Mark was working in our yard with a new friend who was giving him much needed advice on dealing with poison ivy, poison oak, Japanese honeysuckle, and other invasive plants that colonized large parts of the lawn of our (then) new house.
Our friend had been surprised to learn that we were Catholic, and he had clearly been thinking about it because he suddenly announced, "I think of myself as spiritual, I'm just not religious."
"I'm religious because I'm not spiritual," Mark responded. Left to himself, he explained, he tended to be self-centered to a fault. Practicing Christianity pushed him to focus on the good of others, which made him a better husband, father, and friend. It sustained him in his commitment to Dawna when his inclinations were to focus on himself.
The more we give of ourselves, the more we must replenish. Sometimes our marriage sustains us. But sometimes we have to sustain our marriage. When those times come, what sustains us?
"I am the vine, and you are the branches," Jesus says in this week's Gospel. A branch by itself withers and dies, but a branch that is part of a vine is healthy and bears fruit.
Research shows that healthy relationships can reduce stress and improve your overall health and sense of well being. But those who have suffered childhood traumas, who enter relationships with fears and anxieties, who struggle with social skills or face other relationship challenges, must find sources of energy to help them establish, grow, and maintain relationships.
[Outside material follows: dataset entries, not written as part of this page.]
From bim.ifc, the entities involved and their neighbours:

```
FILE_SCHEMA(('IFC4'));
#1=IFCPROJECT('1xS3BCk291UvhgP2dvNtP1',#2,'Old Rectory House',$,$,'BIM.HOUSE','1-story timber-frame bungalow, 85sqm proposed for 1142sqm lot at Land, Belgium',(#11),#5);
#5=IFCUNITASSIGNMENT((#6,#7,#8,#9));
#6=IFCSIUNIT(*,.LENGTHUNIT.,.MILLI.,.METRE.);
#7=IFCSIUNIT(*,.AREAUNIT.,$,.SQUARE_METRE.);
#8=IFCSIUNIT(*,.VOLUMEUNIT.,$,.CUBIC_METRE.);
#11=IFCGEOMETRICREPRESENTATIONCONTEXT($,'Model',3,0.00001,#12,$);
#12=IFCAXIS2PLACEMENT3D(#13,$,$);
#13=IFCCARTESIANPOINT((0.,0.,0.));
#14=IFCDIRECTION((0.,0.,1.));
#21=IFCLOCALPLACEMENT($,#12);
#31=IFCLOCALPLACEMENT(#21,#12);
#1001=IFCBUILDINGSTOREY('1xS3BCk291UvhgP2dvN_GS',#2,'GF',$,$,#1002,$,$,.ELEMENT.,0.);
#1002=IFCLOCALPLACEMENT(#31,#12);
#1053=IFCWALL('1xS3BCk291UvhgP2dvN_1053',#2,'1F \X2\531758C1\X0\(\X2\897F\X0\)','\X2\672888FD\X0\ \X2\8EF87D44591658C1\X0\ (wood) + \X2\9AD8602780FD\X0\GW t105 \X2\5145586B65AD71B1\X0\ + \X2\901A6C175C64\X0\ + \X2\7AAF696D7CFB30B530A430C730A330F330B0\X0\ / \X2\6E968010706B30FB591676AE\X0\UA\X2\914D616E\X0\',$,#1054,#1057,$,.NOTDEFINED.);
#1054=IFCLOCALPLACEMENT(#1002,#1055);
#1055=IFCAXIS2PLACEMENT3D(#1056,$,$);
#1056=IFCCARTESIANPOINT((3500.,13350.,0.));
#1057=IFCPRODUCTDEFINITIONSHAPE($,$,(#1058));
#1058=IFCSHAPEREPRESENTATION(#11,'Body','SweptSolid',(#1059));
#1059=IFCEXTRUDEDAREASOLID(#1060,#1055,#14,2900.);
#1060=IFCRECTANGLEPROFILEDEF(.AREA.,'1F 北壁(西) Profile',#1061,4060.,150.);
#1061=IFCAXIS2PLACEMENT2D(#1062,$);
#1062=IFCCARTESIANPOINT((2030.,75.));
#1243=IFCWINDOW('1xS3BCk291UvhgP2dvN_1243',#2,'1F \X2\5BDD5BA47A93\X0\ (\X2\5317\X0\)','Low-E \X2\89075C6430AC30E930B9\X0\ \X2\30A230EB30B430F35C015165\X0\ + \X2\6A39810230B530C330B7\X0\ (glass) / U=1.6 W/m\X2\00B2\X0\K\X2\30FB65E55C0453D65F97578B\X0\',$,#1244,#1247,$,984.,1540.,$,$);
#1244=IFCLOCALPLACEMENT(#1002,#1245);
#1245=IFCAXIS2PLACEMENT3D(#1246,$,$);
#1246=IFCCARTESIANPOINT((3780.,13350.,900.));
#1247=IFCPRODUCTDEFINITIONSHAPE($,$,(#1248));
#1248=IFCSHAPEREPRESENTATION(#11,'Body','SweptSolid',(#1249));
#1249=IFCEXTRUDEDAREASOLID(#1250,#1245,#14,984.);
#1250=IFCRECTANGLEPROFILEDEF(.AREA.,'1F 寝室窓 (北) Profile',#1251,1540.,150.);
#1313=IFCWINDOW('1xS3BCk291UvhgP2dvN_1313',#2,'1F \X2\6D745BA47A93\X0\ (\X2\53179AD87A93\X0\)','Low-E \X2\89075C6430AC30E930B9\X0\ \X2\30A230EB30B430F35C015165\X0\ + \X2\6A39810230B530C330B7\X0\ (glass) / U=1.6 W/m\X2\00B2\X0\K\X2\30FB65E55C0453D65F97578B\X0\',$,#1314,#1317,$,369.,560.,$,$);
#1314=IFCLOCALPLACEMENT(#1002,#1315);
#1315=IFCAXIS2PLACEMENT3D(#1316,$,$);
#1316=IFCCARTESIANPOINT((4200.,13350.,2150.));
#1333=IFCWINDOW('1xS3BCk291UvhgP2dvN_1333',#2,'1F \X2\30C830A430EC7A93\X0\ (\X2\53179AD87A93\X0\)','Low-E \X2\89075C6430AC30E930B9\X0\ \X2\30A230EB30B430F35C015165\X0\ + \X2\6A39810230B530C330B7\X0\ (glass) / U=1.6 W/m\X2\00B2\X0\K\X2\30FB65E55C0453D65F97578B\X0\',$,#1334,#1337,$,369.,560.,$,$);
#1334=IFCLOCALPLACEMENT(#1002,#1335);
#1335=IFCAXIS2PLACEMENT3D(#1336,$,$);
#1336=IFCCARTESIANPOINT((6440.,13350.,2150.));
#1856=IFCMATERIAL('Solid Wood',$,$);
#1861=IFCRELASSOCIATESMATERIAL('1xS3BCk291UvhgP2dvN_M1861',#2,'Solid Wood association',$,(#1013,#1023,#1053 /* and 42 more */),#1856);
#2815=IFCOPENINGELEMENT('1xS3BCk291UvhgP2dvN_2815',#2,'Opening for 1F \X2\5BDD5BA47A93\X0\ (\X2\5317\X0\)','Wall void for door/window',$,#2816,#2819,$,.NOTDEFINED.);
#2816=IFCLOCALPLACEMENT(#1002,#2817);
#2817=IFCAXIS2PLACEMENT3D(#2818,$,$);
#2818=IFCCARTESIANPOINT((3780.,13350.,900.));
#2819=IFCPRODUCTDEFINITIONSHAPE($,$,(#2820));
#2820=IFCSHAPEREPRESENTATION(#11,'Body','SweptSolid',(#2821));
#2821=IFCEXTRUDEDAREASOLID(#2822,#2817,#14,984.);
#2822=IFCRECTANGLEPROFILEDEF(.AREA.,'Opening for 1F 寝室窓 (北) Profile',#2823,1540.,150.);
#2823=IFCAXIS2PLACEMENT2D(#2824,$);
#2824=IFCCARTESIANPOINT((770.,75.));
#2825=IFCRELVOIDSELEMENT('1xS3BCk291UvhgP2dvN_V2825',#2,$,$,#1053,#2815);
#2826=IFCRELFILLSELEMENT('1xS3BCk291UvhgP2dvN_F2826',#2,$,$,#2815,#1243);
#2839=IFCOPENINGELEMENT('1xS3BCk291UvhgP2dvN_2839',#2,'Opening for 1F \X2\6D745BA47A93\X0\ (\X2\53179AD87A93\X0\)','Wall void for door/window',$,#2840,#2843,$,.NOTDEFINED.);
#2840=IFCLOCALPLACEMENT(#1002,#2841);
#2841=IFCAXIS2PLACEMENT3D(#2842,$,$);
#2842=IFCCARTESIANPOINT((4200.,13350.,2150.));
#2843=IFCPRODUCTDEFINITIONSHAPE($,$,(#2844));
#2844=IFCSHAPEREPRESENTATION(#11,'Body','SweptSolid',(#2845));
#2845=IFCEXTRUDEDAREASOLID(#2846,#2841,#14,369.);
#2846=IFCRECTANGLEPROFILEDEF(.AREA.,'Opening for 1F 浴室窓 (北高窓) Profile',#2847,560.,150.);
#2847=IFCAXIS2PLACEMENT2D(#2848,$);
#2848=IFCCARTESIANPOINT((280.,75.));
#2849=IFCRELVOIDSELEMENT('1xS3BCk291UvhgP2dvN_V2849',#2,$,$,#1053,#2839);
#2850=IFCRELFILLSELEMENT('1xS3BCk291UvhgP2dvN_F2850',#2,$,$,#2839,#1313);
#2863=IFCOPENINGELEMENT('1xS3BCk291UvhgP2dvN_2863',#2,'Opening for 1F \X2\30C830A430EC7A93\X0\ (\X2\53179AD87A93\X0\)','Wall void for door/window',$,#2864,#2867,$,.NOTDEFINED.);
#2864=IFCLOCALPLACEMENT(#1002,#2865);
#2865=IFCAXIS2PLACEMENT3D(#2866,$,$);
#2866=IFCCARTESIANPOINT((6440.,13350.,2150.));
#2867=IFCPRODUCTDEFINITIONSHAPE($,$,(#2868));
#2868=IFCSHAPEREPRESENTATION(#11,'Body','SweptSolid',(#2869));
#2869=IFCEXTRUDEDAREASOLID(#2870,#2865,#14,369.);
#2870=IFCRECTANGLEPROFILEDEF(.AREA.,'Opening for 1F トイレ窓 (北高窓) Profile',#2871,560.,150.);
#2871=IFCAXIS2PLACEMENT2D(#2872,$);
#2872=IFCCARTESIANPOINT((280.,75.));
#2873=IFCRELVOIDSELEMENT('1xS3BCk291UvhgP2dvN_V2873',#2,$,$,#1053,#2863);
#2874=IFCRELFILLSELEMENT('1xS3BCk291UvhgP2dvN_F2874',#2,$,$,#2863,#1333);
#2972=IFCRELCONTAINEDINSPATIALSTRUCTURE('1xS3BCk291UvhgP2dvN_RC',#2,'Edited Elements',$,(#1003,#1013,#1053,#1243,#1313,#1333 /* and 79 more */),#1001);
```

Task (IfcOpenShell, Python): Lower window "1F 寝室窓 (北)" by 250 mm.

```python
import numpy as np
import ifcopenshell
import ifcopenshell.api.geometry
import ifcopenshell.util.placement
import ifcopenshell.util.unit

model = ifcopenshell.open("bim.ifc")
unit_scale = ifcopenshell.util.unit.calculate_unit_scale(model)

window = model.by_guid("1xS3BCk291UvhgP2dvN_1243")
opening = window.FillsVoids[0].RelatingOpeningElement
dz = -250.0

shift = np.array([0.0, 0.0, dz])
# The window is not placed relative to its opening, so move both.
for product in (opening, window):
    matrix = ifcopenshell.util.placement.get_local_placement(product.ObjectPlacement)
    matrix[:3, 3] += shift
    ifcopenshell.api.geometry.edit_object_placement(model, product=product, matrix=matrix, is_si=False)

print(f"moved by {dz * unit_scale:+.3f} m")

model.write("bim_rev.ifc")
```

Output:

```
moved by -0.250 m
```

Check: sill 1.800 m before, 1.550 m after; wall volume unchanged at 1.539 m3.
We have traveled the world, and we have lived extended periods in Egypt, India and Luxembourg. We have friends with great marriages who are Hindu and Muslim, as well as Coptic, Orthodox and various Protestant denominations of Christian. Our own focus has been on Catholic teachings about marriage because these are the ideas and concepts that offered guides and signposts and sometimes flashing warning signals in our own marriage, which as of this writing has lasted for forty years.